Journal Title (Medline/Pubmed accepted abbreviation): J Nutr
Page numbers: 856-862
Summary of background and research design
Increased availability of essential amino acids in the circulation results in stimulation of muscle protein synthesis in humans and other mammals. It is of interest to identify nutritional approaches that can utilize this effect to promote a net gain in muscle protein balance, particularly in clinical conditions (e.g. bed rest) that preclude use of exercise to stimulate muscle growth (or prevent wasting).
The mammalian target of rapamycin complex 1 (mTORC1) is a well-established signaling complex that integrates various signals and mediates activity of muscle protein synthesis via downstream effectors S6K1 and 4E-BP1, which promotes translation initiation and elongation activities, respectively. mTORC1 mediates the ability of essential amino acids to promote protein synthesis, although this has only been demonstrated indisputably in cell and animal models. Current data in humans is only correlational; as such mTORC1’s role in the human response has not yet been fully corroborated.

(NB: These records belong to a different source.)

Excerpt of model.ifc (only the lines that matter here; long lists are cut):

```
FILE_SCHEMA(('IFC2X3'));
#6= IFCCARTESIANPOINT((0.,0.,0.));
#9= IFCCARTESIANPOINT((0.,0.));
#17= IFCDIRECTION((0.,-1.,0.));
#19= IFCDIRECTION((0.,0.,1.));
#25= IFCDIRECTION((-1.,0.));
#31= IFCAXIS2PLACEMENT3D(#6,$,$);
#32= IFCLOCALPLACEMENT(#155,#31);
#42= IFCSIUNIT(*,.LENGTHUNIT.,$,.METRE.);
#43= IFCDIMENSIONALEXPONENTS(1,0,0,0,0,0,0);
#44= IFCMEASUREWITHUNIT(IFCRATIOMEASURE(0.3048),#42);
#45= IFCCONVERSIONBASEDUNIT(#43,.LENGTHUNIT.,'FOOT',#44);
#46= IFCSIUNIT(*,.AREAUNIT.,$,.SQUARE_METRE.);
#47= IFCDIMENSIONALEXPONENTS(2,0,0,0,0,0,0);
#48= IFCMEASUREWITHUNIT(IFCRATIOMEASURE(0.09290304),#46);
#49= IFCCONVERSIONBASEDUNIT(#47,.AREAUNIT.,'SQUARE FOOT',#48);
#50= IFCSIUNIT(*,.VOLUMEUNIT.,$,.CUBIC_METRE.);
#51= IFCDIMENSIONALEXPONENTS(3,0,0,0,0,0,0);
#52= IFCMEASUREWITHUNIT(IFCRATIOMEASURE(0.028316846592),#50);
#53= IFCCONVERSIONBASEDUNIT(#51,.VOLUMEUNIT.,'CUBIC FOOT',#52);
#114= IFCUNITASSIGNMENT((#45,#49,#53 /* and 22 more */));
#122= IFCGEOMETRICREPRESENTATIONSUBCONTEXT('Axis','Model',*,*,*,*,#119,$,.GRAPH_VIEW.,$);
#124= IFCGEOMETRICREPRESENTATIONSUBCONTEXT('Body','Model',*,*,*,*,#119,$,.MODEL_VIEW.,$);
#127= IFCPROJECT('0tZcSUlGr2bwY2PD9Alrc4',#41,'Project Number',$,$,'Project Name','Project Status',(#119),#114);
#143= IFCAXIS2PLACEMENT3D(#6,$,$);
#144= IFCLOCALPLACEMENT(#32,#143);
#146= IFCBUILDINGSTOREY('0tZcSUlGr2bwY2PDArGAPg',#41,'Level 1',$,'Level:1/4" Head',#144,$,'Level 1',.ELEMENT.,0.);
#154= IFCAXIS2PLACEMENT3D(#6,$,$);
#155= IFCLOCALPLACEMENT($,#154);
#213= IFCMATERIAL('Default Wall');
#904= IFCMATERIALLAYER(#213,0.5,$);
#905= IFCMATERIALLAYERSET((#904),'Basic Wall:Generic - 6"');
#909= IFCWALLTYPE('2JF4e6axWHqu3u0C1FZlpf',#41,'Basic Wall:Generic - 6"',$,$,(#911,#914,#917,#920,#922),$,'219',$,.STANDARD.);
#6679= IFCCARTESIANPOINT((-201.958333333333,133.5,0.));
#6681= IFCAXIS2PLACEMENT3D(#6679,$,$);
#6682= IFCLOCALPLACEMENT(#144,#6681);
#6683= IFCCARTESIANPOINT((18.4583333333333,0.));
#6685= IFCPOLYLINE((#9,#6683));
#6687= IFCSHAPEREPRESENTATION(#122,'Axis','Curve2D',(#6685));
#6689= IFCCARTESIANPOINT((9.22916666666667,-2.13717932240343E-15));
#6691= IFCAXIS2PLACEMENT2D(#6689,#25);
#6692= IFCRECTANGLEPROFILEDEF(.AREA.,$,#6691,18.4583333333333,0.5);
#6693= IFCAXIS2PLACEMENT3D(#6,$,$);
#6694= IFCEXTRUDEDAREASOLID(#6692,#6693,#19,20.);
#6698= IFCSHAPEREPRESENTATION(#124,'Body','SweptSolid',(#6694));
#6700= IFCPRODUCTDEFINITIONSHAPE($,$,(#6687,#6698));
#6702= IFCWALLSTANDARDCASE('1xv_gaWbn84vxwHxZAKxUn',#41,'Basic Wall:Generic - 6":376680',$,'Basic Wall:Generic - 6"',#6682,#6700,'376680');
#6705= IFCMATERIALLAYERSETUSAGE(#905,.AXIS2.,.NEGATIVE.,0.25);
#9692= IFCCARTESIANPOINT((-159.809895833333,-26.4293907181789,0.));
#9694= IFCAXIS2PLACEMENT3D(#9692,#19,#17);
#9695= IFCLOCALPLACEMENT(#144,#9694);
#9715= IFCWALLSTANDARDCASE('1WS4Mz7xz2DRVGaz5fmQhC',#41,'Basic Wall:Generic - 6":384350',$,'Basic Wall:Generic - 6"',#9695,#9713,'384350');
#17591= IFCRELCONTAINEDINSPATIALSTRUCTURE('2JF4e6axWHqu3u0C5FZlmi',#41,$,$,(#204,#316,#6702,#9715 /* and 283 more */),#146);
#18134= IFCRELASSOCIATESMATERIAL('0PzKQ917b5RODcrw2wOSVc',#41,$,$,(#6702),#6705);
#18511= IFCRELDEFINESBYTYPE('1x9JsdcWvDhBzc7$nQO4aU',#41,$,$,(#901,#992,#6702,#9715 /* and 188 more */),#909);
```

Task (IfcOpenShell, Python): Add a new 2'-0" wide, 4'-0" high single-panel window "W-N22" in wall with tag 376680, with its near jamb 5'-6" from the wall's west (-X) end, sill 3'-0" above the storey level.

```python
import numpy as np
import ifcopenshell
import ifcopenshell.api.feature
import ifcopenshell.api.geometry
import ifcopenshell.api.root
import ifcopenshell.api.spatial
import ifcopenshell.api.type
import ifcopenshell.geom
import ifcopenshell.util.element
import ifcopenshell.util.placement
import ifcopenshell.util.representation
import ifcopenshell.util.shape
import ifcopenshell.util.unit

model = ifcopenshell.open("model.ifc")
unit_scale = ifcopenshell.util.unit.calculate_unit_scale(model)
settings = ifcopenshell.geom.settings()


def volume(element):
    """Net volume in cubic metres, openings subtracted."""
    shape = ifcopenshell.geom.create_shape(settings, element)
    return ifcopenshell.util.shape.get_volume(shape.geometry)


wall = model.by_guid("1xv_gaWbn84vxwHxZAKxUn")
storey = ifcopenshell.util.element.get_container(wall, ifc_class="IfcBuildingStorey")
context = ifcopenshell.util.representation.get_context(model, "Model", "Body", "MODEL_VIEW")
before = volume(wall)

width, height, from_end, sill = 0.6096, 1.2192, 1.6764, 0.9144  # metres

# The wall runs along its own X axis, and the end named is its -X end.
wall_shape = ifcopenshell.geom.create_shape(settings, wall)
x, y, z = ifcopenshell.util.shape.get_vertices(wall_shape.geometry).T
start = x.min() + from_end
face, thickness = float(y.min()), float(y.max() - y.min())
wall_matrix = ifcopenshell.util.placement.get_local_placement(wall.ObjectPlacement)
level = ifcopenshell.util.placement.get_local_placement(storey.ObjectPlacement)[2, 3]


def in_wall(x, y):
    """Placement at x, y metres in the wall's axes, at sill height."""
    matrix = wall_matrix.copy()
    matrix[:, 3] = wall_matrix @ np.array([x / unit_scale, y / unit_scale, 0.0, 1.0])
    matrix[2, 3] = level + sill / unit_scale
    return matrix


# Opening: a box that overshoots both wall faces by 50 mm.
opening = ifcopenshell.api.root.create_entity(model, ifc_class="IfcOpeningElement")
box = ifcopenshell.api.geometry.add_wall_representation(
    model, context=context, length=width, height=height, thickness=thickness + 0.1
)
ifcopenshell.api.geometry.assign_representation(model, product=opening, representation=box)
ifcopenshell.api.geometry.edit_object_placement(model, product=opening, matrix=in_wall(start, face - 0.05), is_si=False)
ifcopenshell.api.feature.add_feature(model, feature=opening, element=wall)

window = ifcopenshell.api.root.create_entity(model, ifc_class="IfcWindow", name="W-N22")
window.OverallWidth, window.OverallHeight = width / unit_scale, height / unit_scale
body = ifcopenshell.api.geometry.add_window_representation(
    model,
    context=context,
    overall_width=window.OverallWidth,
    overall_height=window.OverallHeight,
    partition_type="SINGLE_PANEL",
)
ifcopenshell.api.geometry.assign_representation(model, product=window, representation=body)
ifcopenshell.api.spatial.assign_container(model, products=[window], relating_structure=storey)
fills = ifcopenshell.api.feature.add_filling(model, opening=opening, element=window)
fills.OwnerHistory = window.OwnerHistory  # required in IFC2X3

# IFC2X3 keeps the operation on the window style.
style = ifcopenshell.api.root.create_entity(model, ifc_class="IfcWindowStyle", name="W-N22")
style.OperationType, style.ConstructionType = "SINGLE_PANEL", "NOTDEFINED"
style.ParameterTakesPrecedence = style.Sizeable = False
ifcopenshell.api.type.assign_type(model, related_objects=[window], relating_type=style)

# Centre the window in the wall's thickness.
ifcopenshell.api.geometry.edit_object_placement(model, product=window, matrix=in_wall(start, face), is_si=False)
window_shape = ifcopenshell.geom.create_shape(settings, window)
depth = ifcopenshell.util.shape.get_vertices(window_shape.geometry)[:, 1]
offset = face + thickness / 2 - (depth.min() + depth.max()) / 2
ifcopenshell.api.geometry.edit_object_placement(model, product=window, matrix=in_wall(start, offset), is_si=False)

after = volume(wall)

print(f"wall volume {before:.3f} -> {after:.3f} m3")

model.write("model_rev.ifc")
```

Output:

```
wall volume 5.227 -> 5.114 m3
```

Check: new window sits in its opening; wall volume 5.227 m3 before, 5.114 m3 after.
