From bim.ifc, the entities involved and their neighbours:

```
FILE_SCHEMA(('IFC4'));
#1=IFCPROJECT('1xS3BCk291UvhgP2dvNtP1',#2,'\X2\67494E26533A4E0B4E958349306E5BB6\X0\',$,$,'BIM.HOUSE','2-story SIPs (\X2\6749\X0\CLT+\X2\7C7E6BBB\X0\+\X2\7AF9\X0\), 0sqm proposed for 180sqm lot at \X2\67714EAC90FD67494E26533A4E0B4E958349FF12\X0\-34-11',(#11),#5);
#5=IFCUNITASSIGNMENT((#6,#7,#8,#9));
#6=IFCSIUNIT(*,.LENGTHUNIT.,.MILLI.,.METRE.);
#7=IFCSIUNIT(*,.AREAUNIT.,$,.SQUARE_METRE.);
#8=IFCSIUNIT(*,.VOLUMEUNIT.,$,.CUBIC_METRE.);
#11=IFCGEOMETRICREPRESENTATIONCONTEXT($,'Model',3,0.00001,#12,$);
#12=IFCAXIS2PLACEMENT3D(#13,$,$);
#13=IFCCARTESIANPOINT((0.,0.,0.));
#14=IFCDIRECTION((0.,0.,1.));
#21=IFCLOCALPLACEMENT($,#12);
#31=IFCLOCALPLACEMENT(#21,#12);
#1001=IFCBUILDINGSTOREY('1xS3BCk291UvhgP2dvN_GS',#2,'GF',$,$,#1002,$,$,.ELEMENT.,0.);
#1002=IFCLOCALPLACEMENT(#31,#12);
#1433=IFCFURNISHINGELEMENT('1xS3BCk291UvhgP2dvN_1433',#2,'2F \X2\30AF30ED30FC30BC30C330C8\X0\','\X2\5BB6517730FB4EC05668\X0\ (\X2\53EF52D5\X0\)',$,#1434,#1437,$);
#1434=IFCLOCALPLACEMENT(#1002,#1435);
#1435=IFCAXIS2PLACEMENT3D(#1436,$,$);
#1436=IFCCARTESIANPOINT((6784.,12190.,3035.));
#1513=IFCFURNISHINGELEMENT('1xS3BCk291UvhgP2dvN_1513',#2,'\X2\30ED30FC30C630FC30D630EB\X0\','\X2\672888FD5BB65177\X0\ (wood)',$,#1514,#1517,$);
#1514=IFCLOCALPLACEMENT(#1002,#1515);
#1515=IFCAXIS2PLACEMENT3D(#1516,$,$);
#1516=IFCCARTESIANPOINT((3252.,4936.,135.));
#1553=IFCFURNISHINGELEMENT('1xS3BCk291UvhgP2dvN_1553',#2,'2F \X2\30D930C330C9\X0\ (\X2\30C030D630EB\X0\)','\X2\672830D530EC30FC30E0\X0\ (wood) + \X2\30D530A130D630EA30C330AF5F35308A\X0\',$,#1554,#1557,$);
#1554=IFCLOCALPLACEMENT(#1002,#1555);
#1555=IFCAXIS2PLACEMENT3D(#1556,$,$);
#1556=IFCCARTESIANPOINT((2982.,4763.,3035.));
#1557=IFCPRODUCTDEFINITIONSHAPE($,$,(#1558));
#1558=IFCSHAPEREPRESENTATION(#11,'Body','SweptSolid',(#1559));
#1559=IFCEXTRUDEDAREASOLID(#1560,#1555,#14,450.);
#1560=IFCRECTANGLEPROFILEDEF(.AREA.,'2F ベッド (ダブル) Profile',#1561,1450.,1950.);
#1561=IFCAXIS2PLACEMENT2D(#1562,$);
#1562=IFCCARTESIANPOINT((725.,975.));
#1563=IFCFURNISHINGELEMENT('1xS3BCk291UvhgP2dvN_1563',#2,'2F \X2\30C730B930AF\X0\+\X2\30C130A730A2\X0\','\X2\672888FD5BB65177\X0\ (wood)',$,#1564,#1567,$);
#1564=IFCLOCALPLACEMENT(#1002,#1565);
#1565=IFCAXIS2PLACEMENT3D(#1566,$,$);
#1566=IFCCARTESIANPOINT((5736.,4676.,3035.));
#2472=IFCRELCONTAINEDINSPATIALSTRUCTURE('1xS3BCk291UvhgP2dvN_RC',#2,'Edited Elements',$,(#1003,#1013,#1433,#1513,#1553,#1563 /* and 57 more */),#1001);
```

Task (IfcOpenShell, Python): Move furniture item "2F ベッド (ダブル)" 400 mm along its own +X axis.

```python
import ifcopenshell
import ifcopenshell.api.geometry
import ifcopenshell.util.placement

model = ifcopenshell.open("bim.ifc")

item = model.by_id(1553)
matrix = ifcopenshell.util.placement.get_local_placement(item.ObjectPlacement)
matrix[:3, 3] += matrix[:3, 0] * 400.0
ifcopenshell.api.geometry.edit_object_placement(model, product=item, matrix=matrix, is_si=False)

print(ifcopenshell.util.placement.get_local_placement(item.ObjectPlacement).round(3) + 0.0)

model.write("bim_v2.ifc")
```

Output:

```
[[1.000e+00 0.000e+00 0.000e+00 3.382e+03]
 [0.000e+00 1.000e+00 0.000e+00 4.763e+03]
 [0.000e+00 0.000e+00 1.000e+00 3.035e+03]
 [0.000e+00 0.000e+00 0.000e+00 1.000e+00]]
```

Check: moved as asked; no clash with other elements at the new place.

This study enrolled 3 young males and 5 young females (~25 yrs) in a randomized, cross-over trial with two test periods separated by 2-4 weeks. Both trials were identical, with the exception that during 1 trial participants consumed 16 mg of rapamycin, which directly inhibits mTORC1 activity. After an overnight fast, participants were constantly infused with stable isotope tracer amino acids for measuring protein synthesis. After 2 hours of initial tracer amino acid infusion, participants undergoing rapamycin treatment consumed the oral dose of rapamycin. 2 hours later, all participants consumed a 10-g solution of essential amino acids that were known to simulate protein synthesis in muscle. Blood and muscle samples were collected serially during the trial.
Summary of research findings
The rapamycin treatment significantly elevated blood rapamycin concentrations to a stable level prior to essential amino acid consumption and for the remainder of the trial. The essential amino acid consumption elicited an increase in muscle protein synthesis, while the rapamycin trial completely blocked this response. Cell signaling downstream of mTORC1 was activated with the essential amino acids, but blocked with rapamycin treatment.
Interpretation of findings/Key practice applications
The use of rapamycin to block signaling through mTORC1demonstrates that mTORC1 activity is required in humans for muscle protein synthetic activity to respond to essential amino acids. These findings support established work in animal skeletal muscle, and provide a foundation to develop evidence-based nutritional therapies or approaches to increase skeletal muscle size, or to counteract muscle wasting in clinical or pathological states. Finally, as rapamycin is used as a treatment for various clinical conditions (e.g. organ transplant patients), this study may reveal a mechanism by which these populations could potentially be resistant to stimulation of muscle protein anabolism by nutrients.